**EXERCISE**. Print the records below exactly; all of them are needed.

**SUPPLIED DATA**.
=== Begin Enclosure ===
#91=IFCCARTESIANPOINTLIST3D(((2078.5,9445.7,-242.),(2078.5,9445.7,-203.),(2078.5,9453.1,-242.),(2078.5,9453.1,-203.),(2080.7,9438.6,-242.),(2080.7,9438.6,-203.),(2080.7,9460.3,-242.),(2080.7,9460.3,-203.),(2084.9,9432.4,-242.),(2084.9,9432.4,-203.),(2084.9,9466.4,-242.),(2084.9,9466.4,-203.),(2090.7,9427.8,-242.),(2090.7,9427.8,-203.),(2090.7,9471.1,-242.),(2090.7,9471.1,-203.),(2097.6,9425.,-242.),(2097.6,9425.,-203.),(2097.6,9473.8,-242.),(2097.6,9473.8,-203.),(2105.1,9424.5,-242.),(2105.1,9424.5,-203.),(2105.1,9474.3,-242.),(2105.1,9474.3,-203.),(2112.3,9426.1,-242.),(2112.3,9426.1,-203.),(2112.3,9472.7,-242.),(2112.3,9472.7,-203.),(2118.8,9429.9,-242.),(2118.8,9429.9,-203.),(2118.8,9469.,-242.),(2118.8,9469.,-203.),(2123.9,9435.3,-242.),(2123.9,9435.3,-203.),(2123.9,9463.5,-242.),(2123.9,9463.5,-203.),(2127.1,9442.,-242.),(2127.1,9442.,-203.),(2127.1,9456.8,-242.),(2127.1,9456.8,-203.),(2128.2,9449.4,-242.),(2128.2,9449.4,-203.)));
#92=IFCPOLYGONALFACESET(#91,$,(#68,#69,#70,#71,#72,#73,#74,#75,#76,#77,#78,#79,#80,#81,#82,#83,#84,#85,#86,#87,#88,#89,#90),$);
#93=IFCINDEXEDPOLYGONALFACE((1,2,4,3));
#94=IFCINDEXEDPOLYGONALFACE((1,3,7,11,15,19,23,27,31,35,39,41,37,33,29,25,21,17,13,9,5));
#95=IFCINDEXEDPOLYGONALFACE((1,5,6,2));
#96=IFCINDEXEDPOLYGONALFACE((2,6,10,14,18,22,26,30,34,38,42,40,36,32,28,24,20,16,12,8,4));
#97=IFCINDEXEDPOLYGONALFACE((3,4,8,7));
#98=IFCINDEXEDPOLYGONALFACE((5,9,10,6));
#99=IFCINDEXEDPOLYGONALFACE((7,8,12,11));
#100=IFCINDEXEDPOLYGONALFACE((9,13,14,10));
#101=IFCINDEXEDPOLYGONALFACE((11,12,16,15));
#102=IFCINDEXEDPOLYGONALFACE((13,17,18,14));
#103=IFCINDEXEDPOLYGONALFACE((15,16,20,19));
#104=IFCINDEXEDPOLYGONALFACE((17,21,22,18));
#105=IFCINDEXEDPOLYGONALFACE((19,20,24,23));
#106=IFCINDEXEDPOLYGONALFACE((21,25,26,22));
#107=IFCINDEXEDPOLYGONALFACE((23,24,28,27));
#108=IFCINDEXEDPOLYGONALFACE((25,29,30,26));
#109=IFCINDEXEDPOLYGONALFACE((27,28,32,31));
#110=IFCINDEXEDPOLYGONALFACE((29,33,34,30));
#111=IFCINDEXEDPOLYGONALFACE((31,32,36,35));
=== End Enclosure ===
**EXERCISE OUTPUT**.
#91=IFCCARTESIANPOINTLIST3D(((2078.5,9445.7,-242.),(2078.5,9445.7,-203.),(2078.5,9453.1,-242.),(2078.5,9453.1,-203.),(2080.7,9438.6,-242.),(2080.7,9438.6,-203.),(2080.7,9460.3,-242.),(2080.7,9460.3,-203.),(2084.9,9432.4,-242.),(2084.9,9432.4,-203.),(2084.9,9466.4,-242.),(2084.9,9466.4,-203.),(2090.7,9427.8,-242.),(2090.7,9427.8,-203.),(2090.7,9471.1,-242.),(2090.7,9471.1,-203.),(2097.6,9425.,-242.),(2097.6,9425.,-203.),(2097.6,9473.8,-242.),(2097.6,9473.8,-203.),(2105.1,9424.5,-242.),(2105.1,9424.5,-203.),(2105.1,9474.3,-242.),(2105.1,9474.3,-203.),(2112.3,9426.1,-242.),(2112.3,9426.1,-203.),(2112.3,9472.7,-242.),(2112.3,9472.7,-203.),(2118.8,9429.9,-242.),(2118.8,9429.9,-203.),(2118.8,9469.,-242.),(2118.8,9469.,-203.),(2123.9,9435.3,-242.),(2123.9,9435.3,-203.),(2123.9,9463.5,-242.),(2123.9,9463.5,-203.),(2127.1,9442.,-242.),(2127.1,9442.,-203.),(2127.1,9456.8,-242.),(2127.1,9456.8,-203.),(2128.2,9449.4,-242.),(2128.2,9449.4,-203.)));
#92=IFCPOLYGONALFACESET(#91,$,(#68,#69,#70,#71,#72,#73,#74,#75,#76,#77,#78,#79,#80,#81,#82,#83,#84,#85,#86,#87,#88,#89,#90),$);
#93=IFCINDEXEDPOLYGONALFACE((1,2,4,3));
#94=IFCINDEXEDPOLYGONALFACE((1,3,7,11,15,19,23,27,31,35,39,41,37,33,29,25,21,17,13,9,5));
#95=IFCINDEXEDPOLYGONALFACE((1,5,6,2));
#96=IFCINDEXEDPOLYGONALFACE((2,6,10,14,18,22,26,30,34,38,42,40,36,32,28,24,20,16,12,8,4));
#97=IFCINDEXEDPOLYGONALFACE((3,4,8,7));
#98=IFCINDEXEDPOLYGONALFACE((5,9,10,6));
#99=IFCINDEXEDPOLYGONALFACE((7,8,12,11));
#100=IFCINDEXEDPOLYGONALFACE((9,13,14,10));
#101=IFCINDEXEDPOLYGONALFACE((11,12,16,15));
#102=IFCINDEXEDPOLYGONALFACE((13,17,18,14));
#103=IFCINDEXEDPOLYGONALFACE((15,16,20,19));
#104=IFCINDEXEDPOLYGONALFACE((17,21,22,18));
#105=IFCINDEXEDPOLYGONALFACE((19,20,24,23));
#106=IFCINDEXEDPOLYGONALFACE((21,25,26,22));
#107=IFCINDEXEDPOLYGONALFACE((23,24,28,27));
#108=IFCINDEXEDPOLYGONALFACE((25,29,30,26));
#109=IFCINDEXEDPOLYGONALFACE((27,28,32,31));
#110=IFCINDEXEDPOLYGONALFACE((29,33,34,30));
#111=IFCINDEXEDPOLYGONALFACE((31,32,36,35));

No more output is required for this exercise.